▶ _Data for analysis_
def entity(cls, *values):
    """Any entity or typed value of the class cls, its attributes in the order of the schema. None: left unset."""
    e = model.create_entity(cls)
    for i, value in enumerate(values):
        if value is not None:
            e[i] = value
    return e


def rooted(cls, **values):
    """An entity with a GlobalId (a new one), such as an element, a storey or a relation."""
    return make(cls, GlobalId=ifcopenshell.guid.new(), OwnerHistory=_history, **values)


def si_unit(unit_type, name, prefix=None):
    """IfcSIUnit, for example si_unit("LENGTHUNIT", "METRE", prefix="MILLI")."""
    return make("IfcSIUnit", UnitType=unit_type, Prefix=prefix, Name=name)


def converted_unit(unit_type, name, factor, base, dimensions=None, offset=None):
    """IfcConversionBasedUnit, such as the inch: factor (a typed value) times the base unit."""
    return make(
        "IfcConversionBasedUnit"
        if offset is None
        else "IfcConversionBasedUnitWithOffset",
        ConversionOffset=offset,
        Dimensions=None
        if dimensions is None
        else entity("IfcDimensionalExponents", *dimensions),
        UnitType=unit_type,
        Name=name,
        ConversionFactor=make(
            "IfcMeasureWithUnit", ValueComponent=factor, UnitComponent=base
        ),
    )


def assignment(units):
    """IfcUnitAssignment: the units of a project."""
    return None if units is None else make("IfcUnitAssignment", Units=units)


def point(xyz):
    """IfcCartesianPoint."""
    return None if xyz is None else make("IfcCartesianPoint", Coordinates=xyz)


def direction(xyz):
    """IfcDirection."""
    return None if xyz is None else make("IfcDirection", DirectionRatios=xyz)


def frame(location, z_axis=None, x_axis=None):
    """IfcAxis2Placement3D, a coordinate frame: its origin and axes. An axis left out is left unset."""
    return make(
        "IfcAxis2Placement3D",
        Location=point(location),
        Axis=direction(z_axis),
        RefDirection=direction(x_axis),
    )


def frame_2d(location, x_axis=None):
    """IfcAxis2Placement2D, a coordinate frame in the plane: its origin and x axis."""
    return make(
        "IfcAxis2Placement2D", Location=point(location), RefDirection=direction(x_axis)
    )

▶ _Work to be completed_
The lines holding the word "left" are the answer. Find them in the entries and copy them.

▶ _Expected answer_
    """Any entity or typed value of the class cls, its attributes in the order of the schema. None: left unset."""
    """IfcAxis2Placement3D, a coordinate frame: its origin and axes. An axis left out is left unset."""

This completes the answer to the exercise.